### [About this exercise]
Tally the lines containing "IFCRELDEFINESBYTYPE" in this data. Respond with the tally alone.

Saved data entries

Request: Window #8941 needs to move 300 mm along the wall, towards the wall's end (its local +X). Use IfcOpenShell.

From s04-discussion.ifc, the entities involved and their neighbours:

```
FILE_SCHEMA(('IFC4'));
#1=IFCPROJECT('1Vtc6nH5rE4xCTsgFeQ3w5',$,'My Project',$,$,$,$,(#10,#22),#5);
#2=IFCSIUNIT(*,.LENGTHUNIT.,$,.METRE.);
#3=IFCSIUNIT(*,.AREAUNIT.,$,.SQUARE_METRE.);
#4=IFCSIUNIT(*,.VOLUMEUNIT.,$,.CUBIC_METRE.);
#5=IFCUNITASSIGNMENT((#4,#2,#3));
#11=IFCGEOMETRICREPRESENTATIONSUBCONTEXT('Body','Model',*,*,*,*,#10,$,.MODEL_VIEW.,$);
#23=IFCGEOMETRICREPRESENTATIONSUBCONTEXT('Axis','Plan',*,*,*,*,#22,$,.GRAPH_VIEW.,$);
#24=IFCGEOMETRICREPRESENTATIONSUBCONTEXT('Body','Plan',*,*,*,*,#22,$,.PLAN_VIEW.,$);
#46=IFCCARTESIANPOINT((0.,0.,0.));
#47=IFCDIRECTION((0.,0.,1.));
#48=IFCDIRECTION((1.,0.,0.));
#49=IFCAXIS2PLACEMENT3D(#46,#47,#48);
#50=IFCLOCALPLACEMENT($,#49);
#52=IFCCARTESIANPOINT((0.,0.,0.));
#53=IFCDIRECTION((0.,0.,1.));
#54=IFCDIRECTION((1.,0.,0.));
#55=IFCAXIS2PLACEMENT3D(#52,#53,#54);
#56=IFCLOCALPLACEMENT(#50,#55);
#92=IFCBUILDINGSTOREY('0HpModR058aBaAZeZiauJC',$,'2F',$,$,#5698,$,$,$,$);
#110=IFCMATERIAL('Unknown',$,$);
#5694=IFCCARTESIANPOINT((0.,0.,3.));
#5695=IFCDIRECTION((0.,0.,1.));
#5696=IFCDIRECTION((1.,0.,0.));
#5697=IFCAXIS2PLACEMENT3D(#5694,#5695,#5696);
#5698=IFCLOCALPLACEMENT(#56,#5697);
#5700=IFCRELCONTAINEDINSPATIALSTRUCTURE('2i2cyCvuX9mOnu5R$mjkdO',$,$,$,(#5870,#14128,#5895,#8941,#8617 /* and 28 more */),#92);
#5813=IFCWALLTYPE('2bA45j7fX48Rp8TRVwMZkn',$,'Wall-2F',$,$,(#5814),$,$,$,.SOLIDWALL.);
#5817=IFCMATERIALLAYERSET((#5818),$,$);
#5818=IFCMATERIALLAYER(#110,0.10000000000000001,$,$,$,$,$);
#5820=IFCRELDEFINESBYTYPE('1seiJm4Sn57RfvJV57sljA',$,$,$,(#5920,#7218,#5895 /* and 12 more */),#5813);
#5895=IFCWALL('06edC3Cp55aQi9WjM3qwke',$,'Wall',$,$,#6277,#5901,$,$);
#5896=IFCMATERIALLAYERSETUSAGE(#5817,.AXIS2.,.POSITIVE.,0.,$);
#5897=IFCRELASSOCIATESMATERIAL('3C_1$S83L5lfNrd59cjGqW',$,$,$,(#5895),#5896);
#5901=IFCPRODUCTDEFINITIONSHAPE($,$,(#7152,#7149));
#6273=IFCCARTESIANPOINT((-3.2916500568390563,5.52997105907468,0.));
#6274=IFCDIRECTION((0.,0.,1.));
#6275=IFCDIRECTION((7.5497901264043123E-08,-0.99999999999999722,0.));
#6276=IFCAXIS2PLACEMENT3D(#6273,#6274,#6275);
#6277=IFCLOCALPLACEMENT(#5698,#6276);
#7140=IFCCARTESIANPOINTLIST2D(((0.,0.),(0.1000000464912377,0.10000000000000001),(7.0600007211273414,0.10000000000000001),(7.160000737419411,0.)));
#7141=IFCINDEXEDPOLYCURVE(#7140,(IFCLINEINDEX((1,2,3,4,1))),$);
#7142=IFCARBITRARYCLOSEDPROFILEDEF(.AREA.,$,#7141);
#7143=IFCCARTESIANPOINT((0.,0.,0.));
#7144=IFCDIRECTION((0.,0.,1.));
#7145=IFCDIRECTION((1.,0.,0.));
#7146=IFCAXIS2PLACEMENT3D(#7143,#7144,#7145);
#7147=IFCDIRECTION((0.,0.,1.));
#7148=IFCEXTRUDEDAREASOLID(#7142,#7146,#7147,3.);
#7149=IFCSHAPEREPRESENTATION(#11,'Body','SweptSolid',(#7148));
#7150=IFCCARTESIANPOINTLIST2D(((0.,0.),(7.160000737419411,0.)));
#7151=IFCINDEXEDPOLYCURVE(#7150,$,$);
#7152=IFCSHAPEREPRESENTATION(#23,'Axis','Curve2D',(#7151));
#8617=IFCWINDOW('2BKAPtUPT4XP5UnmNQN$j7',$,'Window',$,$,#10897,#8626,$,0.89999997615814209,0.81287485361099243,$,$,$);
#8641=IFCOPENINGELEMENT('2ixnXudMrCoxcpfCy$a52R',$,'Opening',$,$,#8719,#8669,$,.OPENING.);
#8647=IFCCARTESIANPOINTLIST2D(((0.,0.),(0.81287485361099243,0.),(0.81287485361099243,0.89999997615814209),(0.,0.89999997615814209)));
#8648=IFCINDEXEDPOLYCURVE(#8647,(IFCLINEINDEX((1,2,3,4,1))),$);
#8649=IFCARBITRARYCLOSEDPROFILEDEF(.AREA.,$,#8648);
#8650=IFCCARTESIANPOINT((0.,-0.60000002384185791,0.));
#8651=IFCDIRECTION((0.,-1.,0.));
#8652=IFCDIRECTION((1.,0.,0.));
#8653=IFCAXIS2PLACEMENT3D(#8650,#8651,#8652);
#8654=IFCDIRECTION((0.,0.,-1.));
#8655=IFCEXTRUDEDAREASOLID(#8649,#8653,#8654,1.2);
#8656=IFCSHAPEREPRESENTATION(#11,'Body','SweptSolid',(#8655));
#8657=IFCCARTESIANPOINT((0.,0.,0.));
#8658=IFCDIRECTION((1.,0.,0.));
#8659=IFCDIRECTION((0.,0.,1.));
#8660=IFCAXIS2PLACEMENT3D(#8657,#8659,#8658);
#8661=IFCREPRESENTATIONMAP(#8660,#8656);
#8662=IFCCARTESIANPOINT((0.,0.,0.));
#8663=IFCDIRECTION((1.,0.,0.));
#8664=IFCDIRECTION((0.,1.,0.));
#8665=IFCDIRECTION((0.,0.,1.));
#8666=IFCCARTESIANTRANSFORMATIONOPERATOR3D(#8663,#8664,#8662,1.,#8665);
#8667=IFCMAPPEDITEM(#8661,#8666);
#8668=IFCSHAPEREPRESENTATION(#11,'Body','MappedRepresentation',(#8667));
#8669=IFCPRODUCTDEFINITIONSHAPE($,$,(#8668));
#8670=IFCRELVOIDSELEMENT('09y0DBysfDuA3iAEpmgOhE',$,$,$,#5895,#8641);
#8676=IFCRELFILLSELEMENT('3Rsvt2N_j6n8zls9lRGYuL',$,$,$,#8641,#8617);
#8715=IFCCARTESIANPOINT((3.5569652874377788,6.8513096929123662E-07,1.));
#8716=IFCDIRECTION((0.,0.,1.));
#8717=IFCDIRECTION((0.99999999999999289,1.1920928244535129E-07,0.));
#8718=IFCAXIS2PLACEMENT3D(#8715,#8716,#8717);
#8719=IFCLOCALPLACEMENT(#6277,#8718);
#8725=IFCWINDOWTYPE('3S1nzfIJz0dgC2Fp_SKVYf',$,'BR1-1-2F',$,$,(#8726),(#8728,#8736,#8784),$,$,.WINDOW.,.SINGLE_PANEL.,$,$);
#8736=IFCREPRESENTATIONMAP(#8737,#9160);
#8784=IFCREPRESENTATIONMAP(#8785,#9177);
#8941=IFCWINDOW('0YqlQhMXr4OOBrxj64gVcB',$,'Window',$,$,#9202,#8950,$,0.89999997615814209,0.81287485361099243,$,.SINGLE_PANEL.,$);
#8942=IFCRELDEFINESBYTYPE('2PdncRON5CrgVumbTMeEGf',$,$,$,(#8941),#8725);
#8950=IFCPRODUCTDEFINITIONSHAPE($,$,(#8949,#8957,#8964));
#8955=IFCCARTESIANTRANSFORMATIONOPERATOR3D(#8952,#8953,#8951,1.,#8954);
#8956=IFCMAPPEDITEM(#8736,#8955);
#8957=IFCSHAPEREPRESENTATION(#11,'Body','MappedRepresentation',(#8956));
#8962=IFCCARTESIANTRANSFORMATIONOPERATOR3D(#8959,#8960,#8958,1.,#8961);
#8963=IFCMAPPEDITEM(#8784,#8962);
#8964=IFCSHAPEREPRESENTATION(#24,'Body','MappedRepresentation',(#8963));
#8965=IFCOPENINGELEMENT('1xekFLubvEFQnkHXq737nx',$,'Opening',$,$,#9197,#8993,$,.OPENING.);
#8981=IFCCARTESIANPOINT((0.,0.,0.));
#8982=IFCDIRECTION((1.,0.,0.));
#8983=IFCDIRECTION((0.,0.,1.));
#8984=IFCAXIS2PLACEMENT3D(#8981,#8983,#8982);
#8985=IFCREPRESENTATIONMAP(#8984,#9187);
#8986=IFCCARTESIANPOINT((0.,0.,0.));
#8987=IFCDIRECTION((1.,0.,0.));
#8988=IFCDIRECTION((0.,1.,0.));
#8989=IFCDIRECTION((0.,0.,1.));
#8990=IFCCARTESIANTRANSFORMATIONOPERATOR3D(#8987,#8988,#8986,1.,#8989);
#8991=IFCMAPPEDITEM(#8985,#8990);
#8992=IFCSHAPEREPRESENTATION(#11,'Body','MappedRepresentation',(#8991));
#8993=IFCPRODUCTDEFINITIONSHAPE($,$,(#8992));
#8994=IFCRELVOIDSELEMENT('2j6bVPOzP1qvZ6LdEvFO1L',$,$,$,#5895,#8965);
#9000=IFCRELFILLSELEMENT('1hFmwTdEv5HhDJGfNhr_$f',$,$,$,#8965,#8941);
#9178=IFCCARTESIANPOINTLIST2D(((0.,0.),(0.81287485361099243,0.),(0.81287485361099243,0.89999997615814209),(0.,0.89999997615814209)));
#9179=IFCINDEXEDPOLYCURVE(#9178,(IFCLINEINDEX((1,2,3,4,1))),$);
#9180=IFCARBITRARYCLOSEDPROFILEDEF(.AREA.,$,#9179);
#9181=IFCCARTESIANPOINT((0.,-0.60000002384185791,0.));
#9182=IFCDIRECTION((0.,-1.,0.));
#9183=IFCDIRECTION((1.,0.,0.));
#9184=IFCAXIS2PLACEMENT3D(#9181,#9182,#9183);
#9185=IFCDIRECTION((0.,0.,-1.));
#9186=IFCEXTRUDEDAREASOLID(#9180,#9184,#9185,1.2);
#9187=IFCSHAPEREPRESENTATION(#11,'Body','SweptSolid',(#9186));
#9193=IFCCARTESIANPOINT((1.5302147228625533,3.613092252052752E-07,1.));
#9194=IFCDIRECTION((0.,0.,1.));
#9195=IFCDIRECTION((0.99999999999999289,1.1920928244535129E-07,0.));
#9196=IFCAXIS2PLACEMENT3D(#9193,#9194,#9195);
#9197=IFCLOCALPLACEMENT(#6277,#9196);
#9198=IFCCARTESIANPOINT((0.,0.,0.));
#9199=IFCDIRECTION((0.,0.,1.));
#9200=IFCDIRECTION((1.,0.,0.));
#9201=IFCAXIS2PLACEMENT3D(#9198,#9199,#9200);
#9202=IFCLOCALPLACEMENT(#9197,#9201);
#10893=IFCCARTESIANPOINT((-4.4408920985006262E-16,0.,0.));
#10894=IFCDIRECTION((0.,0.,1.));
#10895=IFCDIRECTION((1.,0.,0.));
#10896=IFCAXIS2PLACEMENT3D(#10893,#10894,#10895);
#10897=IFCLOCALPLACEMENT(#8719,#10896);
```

```python
import ifcopenshell
import ifcopenshell.api.geometry
import ifcopenshell.util.placement

model = ifcopenshell.open("s04-discussion.ifc")

window = model.by_guid("0YqlQhMXr4OOBrxj64gVcB")
opening = window.FillsVoids[0].RelatingOpeningElement
wall = opening.VoidsElements[0].RelatingBuildingElement

wall_matrix = ifcopenshell.util.placement.get_local_placement(wall.ObjectPlacement)
shift = wall_matrix[:3, 0] * 0.3
before = ifcopenshell.util.placement.get_local_placement(window.ObjectPlacement)[:3, 3].copy()

# The window is placed relative to its opening, so it follows when the opening moves.
matrix = ifcopenshell.util.placement.get_local_placement(opening.ObjectPlacement)
matrix[:3, 3] += shift
ifcopenshell.api.geometry.edit_object_placement(
    model, product=opening, matrix=matrix, is_si=False, should_transform_children=True
)

after = ifcopenshell.util.placement.get_local_placement(window.ObjectPlacement)[:3, 3]
print("window moved by", (after - before).round(3) + 0.0)

model.write("s04-discussion_updated.ifc")
```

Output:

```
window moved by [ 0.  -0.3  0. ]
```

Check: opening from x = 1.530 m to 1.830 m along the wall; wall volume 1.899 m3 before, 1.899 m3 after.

### [Completed exercise]
2